Your objective:
Each line of the data that includes "IFCSIUNIT" must be copied.

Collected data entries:
· · · · ·

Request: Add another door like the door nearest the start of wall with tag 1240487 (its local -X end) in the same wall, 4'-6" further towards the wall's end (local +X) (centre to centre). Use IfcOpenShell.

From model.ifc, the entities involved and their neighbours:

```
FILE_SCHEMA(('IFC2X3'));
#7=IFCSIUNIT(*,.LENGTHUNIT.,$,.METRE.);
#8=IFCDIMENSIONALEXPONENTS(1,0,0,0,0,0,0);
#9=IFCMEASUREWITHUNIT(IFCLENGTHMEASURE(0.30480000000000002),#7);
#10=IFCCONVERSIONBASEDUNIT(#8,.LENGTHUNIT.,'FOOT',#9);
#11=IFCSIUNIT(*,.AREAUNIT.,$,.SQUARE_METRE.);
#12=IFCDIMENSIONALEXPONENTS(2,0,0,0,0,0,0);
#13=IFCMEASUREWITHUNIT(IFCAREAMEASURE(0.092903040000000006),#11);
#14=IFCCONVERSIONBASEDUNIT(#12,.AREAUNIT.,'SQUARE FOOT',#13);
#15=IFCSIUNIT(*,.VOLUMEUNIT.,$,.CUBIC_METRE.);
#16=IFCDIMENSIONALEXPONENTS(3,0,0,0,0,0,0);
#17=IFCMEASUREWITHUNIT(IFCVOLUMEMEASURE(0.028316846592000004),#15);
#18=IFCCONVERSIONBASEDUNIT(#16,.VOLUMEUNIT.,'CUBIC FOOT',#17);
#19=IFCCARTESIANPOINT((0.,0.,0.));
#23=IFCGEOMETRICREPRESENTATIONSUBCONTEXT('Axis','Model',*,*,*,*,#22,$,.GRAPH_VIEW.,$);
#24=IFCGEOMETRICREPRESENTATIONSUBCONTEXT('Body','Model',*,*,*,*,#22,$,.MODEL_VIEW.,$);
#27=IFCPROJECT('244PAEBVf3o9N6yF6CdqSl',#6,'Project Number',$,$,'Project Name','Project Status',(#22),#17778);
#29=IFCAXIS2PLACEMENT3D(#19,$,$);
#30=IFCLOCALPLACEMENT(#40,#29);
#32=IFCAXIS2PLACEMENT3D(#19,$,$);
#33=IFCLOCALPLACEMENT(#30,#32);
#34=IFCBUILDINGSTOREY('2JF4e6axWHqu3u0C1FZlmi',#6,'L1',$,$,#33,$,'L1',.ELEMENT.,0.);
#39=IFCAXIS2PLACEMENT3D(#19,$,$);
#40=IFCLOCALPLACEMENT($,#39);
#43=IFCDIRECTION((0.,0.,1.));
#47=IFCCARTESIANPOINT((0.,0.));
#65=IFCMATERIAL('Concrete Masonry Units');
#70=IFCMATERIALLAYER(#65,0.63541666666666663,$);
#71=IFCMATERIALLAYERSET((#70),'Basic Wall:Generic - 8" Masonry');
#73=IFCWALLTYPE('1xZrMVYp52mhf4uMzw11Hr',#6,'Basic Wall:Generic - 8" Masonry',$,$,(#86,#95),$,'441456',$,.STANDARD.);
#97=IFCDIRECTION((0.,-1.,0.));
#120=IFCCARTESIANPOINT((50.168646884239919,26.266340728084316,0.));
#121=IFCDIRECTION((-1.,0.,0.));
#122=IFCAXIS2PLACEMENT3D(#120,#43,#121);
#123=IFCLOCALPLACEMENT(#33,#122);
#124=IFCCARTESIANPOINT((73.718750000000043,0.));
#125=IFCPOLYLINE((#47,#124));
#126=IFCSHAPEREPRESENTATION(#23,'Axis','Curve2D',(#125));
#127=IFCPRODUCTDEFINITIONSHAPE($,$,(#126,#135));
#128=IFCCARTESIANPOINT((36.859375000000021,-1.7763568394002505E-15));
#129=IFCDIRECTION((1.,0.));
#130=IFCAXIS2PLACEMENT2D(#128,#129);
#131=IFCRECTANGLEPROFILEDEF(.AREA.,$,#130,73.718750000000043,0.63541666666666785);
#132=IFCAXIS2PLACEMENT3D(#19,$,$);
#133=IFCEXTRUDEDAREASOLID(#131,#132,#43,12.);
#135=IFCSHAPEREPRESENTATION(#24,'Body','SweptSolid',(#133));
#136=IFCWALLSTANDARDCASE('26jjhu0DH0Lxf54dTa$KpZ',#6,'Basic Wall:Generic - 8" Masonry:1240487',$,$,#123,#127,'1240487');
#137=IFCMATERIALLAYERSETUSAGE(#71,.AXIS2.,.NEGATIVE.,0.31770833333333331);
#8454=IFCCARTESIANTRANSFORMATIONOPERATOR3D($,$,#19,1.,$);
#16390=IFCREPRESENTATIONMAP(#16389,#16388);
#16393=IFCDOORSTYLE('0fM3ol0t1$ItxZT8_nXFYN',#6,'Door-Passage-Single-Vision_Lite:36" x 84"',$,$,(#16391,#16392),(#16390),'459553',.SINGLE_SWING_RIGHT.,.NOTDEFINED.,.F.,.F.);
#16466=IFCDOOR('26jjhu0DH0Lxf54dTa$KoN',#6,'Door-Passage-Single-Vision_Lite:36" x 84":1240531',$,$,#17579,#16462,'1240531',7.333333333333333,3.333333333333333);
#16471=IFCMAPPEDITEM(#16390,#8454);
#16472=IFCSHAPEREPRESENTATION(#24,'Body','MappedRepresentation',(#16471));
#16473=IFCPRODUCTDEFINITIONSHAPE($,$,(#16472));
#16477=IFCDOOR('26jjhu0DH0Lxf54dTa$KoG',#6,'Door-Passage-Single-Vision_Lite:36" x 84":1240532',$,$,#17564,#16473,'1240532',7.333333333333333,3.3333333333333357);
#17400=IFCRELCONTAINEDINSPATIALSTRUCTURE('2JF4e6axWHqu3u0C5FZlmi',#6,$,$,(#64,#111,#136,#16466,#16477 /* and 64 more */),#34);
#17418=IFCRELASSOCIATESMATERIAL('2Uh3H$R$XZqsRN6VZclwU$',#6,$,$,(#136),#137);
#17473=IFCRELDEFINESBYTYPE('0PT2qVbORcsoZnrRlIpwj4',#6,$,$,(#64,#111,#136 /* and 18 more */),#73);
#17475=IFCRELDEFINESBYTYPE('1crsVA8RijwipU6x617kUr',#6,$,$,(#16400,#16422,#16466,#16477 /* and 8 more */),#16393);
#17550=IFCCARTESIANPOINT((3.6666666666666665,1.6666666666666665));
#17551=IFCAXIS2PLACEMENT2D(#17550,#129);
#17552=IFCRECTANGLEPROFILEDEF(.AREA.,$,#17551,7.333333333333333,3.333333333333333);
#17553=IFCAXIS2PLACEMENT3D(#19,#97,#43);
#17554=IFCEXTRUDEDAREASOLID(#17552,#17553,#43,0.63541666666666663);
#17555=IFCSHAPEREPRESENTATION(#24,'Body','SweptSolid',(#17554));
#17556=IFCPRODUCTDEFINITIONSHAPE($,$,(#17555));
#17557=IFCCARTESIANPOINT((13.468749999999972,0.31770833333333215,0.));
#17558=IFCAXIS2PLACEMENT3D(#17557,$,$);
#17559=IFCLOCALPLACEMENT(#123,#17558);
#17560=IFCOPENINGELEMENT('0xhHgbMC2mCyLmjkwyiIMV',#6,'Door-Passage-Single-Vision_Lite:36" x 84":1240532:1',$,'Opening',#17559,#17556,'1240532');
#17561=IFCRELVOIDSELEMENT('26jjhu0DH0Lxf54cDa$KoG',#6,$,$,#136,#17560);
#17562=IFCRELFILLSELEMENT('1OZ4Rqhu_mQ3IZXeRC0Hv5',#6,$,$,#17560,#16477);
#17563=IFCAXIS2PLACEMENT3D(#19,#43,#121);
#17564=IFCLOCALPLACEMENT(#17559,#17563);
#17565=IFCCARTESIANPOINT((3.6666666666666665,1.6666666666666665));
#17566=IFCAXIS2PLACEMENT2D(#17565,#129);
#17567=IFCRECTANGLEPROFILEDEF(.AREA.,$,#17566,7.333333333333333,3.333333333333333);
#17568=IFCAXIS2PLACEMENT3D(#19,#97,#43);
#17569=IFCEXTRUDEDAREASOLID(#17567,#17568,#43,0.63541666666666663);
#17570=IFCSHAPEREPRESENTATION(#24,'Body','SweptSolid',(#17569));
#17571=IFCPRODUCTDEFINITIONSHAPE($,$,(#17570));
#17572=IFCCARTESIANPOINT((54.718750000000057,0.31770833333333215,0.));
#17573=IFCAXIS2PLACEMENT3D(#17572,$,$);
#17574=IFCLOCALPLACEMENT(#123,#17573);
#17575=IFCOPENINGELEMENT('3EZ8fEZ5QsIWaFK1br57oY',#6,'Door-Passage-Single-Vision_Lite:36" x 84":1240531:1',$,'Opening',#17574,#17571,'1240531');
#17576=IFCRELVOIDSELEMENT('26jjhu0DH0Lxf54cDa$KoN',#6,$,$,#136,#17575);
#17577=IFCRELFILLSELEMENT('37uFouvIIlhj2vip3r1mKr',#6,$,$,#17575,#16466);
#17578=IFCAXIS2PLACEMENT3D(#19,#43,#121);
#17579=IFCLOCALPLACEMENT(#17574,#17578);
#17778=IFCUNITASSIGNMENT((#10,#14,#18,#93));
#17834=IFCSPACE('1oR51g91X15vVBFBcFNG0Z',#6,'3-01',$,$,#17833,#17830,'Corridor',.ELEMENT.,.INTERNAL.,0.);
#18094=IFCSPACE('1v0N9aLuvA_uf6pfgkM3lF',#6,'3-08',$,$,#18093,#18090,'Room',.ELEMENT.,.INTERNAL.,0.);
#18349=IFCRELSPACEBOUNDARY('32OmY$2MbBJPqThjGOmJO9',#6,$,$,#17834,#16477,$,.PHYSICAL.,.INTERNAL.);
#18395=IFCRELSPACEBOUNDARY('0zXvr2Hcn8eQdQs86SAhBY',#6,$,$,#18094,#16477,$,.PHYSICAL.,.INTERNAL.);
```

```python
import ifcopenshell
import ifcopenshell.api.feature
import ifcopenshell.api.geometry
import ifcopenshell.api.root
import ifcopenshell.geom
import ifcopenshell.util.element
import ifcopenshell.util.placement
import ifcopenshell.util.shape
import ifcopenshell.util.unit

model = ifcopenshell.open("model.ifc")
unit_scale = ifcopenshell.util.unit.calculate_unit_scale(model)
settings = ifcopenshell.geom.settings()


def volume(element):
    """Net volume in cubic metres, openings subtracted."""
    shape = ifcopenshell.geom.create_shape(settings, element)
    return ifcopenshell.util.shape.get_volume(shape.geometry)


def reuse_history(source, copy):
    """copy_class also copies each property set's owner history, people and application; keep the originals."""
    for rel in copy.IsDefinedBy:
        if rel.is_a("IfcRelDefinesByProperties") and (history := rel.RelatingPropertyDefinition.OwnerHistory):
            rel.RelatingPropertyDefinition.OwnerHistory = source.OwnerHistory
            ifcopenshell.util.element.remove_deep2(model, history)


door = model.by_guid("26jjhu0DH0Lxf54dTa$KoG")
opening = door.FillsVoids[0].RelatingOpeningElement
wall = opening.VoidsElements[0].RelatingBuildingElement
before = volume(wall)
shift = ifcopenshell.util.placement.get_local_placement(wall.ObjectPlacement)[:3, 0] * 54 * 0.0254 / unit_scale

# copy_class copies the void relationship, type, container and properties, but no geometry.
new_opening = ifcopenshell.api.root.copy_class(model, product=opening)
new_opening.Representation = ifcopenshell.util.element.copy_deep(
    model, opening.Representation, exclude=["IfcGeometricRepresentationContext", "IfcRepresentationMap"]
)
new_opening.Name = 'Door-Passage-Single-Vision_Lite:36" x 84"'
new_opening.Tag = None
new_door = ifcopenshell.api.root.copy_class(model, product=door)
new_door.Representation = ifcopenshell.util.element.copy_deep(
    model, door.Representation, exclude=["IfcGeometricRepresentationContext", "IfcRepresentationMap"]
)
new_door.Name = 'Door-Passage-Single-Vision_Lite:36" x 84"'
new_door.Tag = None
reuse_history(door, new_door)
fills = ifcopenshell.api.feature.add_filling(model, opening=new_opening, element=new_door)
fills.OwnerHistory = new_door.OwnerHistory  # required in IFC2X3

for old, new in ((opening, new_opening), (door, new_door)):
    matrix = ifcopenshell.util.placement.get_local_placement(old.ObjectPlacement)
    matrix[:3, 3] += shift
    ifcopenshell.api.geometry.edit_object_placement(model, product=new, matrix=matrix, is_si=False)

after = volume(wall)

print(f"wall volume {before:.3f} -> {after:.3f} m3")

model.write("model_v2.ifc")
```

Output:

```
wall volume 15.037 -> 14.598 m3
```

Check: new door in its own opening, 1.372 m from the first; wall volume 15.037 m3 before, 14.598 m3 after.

· · · · ·

Response area:
#7=IFCSIUNIT(*,.LENGTHUNIT.,$,.METRE.);
#11=IFCSIUNIT(*,.AREAUNIT.,$,.SQUARE_METRE.);
#15=IFCSIUNIT(*,.VOLUMEUNIT.,$,.CUBIC_METRE.);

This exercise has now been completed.